Friday, January 27, 2012

under the weather


The one good thing about getting sick is that it forces you to slow down.
Or in the case of this latest virus- completely grind to a halt.
At first I was feeling resentful, after all, I had a full week planned and lots going on.
Not to mention that this is virus # 7 since the start of school in September. But who's counting?
Great I'm stuck inside. Again.
Fortunately the weather was on our side, being rainy and kind of dreary.
The perfect kind to snuggle, sip homemade chicken noodle soup and just rest and recover.
I know, I complain constantly about being sick, but for once, I'm trying to find the positive in all this excess mucus.
Okay the mucus not so positive...but being stuck at home with my girl isn't the worst thing in the world.
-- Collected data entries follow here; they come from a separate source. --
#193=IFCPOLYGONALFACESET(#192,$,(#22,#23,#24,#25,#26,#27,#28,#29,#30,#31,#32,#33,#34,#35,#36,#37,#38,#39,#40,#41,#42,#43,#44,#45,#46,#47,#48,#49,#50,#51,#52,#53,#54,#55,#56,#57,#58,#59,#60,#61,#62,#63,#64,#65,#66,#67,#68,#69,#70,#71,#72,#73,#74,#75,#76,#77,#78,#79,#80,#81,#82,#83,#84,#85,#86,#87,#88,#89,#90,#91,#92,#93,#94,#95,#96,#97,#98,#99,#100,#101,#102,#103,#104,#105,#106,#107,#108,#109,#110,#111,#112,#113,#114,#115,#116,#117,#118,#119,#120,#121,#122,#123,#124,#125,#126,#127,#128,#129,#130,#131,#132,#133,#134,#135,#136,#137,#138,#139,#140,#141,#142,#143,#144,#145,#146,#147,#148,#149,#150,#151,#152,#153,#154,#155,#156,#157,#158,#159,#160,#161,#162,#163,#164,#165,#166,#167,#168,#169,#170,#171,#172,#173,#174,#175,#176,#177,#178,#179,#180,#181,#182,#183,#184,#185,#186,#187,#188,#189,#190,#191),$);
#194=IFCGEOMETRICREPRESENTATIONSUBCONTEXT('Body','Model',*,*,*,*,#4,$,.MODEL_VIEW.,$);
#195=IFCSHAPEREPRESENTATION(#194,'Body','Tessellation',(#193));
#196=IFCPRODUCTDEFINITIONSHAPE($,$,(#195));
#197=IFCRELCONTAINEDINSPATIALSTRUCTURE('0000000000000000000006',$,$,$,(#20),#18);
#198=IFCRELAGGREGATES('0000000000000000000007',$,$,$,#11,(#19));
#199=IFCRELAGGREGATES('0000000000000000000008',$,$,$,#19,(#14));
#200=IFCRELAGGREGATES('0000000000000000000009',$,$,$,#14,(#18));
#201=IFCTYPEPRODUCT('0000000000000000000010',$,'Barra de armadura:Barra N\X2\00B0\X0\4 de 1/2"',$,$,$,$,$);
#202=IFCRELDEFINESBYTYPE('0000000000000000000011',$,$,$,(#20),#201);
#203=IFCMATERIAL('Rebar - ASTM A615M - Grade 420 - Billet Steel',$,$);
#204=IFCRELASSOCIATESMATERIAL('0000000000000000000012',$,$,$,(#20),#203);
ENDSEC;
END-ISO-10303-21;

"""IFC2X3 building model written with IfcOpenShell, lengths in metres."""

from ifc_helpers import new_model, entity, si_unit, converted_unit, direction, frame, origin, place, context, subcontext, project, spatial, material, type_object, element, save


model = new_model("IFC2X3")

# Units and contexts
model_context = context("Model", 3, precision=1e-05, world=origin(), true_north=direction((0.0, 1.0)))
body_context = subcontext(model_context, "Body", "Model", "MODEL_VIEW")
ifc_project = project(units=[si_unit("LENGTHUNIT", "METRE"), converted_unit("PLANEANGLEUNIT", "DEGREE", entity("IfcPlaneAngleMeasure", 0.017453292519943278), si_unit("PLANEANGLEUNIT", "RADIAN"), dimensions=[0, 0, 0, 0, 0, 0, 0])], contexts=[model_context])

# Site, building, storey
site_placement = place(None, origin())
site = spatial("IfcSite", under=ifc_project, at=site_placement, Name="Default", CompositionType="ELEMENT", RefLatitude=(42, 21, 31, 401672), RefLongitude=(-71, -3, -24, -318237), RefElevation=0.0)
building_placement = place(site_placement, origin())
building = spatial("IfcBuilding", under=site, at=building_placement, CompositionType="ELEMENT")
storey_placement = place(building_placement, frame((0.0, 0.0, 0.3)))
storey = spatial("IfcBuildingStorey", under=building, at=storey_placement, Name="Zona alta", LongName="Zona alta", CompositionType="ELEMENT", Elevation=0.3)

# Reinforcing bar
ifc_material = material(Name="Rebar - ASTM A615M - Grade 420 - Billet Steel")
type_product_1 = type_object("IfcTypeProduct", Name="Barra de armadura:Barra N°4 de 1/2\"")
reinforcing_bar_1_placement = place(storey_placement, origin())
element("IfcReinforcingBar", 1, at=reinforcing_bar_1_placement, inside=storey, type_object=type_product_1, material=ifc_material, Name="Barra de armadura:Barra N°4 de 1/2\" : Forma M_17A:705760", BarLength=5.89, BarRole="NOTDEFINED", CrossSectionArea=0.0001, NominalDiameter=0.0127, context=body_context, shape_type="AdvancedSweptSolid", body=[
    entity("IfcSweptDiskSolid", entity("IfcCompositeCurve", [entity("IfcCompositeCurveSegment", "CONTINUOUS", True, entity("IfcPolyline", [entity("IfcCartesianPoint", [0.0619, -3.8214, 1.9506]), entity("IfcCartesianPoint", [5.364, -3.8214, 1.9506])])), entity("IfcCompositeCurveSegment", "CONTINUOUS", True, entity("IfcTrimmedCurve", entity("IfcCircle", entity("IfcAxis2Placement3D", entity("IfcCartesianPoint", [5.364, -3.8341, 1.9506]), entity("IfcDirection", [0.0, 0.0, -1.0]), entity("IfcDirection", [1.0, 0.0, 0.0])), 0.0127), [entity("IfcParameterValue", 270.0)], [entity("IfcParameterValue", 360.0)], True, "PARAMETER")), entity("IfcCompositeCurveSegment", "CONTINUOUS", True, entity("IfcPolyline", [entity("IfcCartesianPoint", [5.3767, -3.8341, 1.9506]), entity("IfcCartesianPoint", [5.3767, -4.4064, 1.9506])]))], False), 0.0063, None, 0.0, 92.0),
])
The last few days have kind of forced me to think.
Really think.
About life, how quickly it flies by, the fragility of it all, what I still want to accomplish, who I want to surround myself with and how I can be a better mother.
Lord knows there is always room for improvement in that department.
After a bit of reflection, I was reminded of how lucky am I that it's me who gets to take Lulu to the doctor, rub her back, read her stories and give her the extra comfort and love that she needs when she's not feeling well.
And hey there's always the Internet to keep you busy while being stuck on the sofa all day, right?
After sifting and sorting through cyber space, I came across so many new and inspiring blogs and got reacquainted with some that I had forgotten.
I feel kind of rejuvenated, and maybe even a little inspired.
Being forced to stop, slow down, and breathe (albeit with extra effort due to congestion) has helped to recharge me.
I have all kinds of creative ideas brewing and look forward to get some new projects started.
Sometimes life has a way of giving you signs and nudges you in directions that you might have overlooked otherwise.
I guess you just need to slow down long enough to take notice and do do something about it.

Be miserable. Or motivate yourself. Whatever has to be done, it's always your choice.
Wayne Dyer

edited to add: Okay, so after 12 consecutive days of having to cross my legs so I won't pee my pants from coughing so hard, I give in. I'm Miserable.
If only I had done more of those kegel excercises in the second & third trimester..argh..
Currently on antibiotics for an inner ear infection & bronchitis. Add in chronic severe headaches, nausea and sinus pain = one extremely cranky momma.
Trying to be positive...trying really really hard...but finding it increasingly difficult due to far too much Phlegm & other unpleasantness.
Calgon take me away!....

Tuesday, January 24, 2012

gung hay fat choy



I love celebrating the beginning of a new year.
Whether its' Rosh Hashanah, the Chinese new year, or "New Year's New Year".
It means the chance for new beginnings and also a time for reflection on the previous year.
A reminder of what to be grateful for, what new goals to set for yourself and just an overall sense of renewal.
What's not to love about that?
So in honor of my brother and his family in Asia we have embraced the Chinese New Year whole hearted this year.
Lulu went to the Lunar festival on the weekend here and made lanterns, crafts, learned calligraphy, and saw a cute puppet show from Taiwan.
Of course we had to go for dumplings and our favourite noodles after the show here.
Yum...it's our happy place.
We were supposed to go skiing but opted to stay close to home and enjoy all that this awesome city has to offer.
That, and guess who's sick again?
First Lulu and now me.
We seem to be on a 2 week sick rotation this winter. Good times.
Anyhow what are you going to do aside from slurp back some nice, hot medicinal Chinese noodle soup?
ummm could go for some right now.
Alas, my ginger lemon tea will have to suffice.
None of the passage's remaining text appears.